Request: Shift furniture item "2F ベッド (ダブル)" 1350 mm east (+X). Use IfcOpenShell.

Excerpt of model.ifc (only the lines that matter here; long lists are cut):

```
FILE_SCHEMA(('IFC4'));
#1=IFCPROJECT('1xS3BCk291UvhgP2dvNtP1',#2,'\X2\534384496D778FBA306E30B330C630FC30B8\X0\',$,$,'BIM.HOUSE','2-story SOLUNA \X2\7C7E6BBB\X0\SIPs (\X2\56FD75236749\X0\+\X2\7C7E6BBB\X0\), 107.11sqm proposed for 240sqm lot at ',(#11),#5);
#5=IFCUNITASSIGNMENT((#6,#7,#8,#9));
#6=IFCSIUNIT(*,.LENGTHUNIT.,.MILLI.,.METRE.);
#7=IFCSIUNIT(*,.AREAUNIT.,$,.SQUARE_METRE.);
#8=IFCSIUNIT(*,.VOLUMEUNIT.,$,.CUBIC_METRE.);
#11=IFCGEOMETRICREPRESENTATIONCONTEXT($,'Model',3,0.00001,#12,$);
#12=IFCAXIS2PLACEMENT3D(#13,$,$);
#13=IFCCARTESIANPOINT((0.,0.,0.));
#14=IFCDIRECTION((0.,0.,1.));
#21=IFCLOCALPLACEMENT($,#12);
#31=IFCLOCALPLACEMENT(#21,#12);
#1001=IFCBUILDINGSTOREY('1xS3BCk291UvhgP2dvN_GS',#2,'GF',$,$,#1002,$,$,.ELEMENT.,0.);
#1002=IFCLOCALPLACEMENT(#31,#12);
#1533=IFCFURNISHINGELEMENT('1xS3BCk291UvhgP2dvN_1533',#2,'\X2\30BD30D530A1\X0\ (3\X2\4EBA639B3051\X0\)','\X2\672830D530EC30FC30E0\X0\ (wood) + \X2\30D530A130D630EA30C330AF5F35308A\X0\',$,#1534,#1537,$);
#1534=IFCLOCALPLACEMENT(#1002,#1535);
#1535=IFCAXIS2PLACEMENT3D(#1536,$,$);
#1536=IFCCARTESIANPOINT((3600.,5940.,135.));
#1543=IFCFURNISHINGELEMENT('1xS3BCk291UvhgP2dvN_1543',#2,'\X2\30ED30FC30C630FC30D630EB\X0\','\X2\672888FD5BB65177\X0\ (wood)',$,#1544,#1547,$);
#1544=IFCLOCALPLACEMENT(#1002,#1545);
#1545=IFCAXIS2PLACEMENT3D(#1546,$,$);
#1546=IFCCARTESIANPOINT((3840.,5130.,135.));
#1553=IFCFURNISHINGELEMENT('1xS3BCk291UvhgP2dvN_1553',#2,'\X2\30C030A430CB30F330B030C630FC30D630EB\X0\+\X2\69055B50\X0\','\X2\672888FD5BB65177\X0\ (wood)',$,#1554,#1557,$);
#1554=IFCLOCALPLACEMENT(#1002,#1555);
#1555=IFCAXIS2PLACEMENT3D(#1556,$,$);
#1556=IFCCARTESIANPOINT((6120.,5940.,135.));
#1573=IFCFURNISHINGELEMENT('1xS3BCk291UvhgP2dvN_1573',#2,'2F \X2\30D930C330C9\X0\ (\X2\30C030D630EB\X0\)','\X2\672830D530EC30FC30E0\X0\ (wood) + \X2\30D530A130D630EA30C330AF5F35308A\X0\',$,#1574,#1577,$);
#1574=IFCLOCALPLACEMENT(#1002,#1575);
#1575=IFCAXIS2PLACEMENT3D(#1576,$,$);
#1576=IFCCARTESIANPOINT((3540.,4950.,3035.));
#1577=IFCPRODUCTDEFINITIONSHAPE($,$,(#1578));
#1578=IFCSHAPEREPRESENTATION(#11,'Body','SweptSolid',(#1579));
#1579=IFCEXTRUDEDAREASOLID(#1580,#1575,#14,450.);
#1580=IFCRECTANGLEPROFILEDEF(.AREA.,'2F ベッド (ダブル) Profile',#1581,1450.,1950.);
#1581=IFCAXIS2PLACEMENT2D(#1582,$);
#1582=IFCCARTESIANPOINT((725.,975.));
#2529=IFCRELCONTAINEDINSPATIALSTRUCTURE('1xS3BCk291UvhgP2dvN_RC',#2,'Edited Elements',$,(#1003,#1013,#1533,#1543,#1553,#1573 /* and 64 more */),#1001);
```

```python
import ifcopenshell
import ifcopenshell.api.geometry
import ifcopenshell.util.placement
import ifcopenshell.util.unit

model = ifcopenshell.open("model.ifc")
unit_scale = ifcopenshell.util.unit.calculate_unit_scale(model)

item = model.by_id(1573)
matrix = ifcopenshell.util.placement.get_local_placement(item.ObjectPlacement)
matrix[0, 3] += 1.35 / unit_scale
ifcopenshell.api.geometry.edit_object_placement(model, product=item, matrix=matrix, is_si=False)

print(ifcopenshell.util.placement.get_local_placement(item.ObjectPlacement).round(3) + 0.0)

model.write("model_edited.ifc")
```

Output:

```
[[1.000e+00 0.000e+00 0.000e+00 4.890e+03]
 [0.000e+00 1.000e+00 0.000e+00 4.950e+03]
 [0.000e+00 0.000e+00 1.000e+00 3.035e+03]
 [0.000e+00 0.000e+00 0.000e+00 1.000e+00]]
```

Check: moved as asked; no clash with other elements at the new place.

****************

■ WHAT IS EXPECTED ■
Whenever a line in the listing above includes the word "IFCCARTESIANPOINT", return that line.

■ OUTPUT ■
#13=IFCCARTESIANPOINT((0.,0.,0.));
#1536=IFCCARTESIANPOINT((3600.,5940.,135.));
#1546=IFCCARTESIANPOINT((3840.,5130.,135.));
#1556=IFCCARTESIANPOINT((6120.,5940.,135.));
#1576=IFCCARTESIANPOINT((3540.,4950.,3035.));
#1582=IFCCARTESIANPOINT((725.,975.));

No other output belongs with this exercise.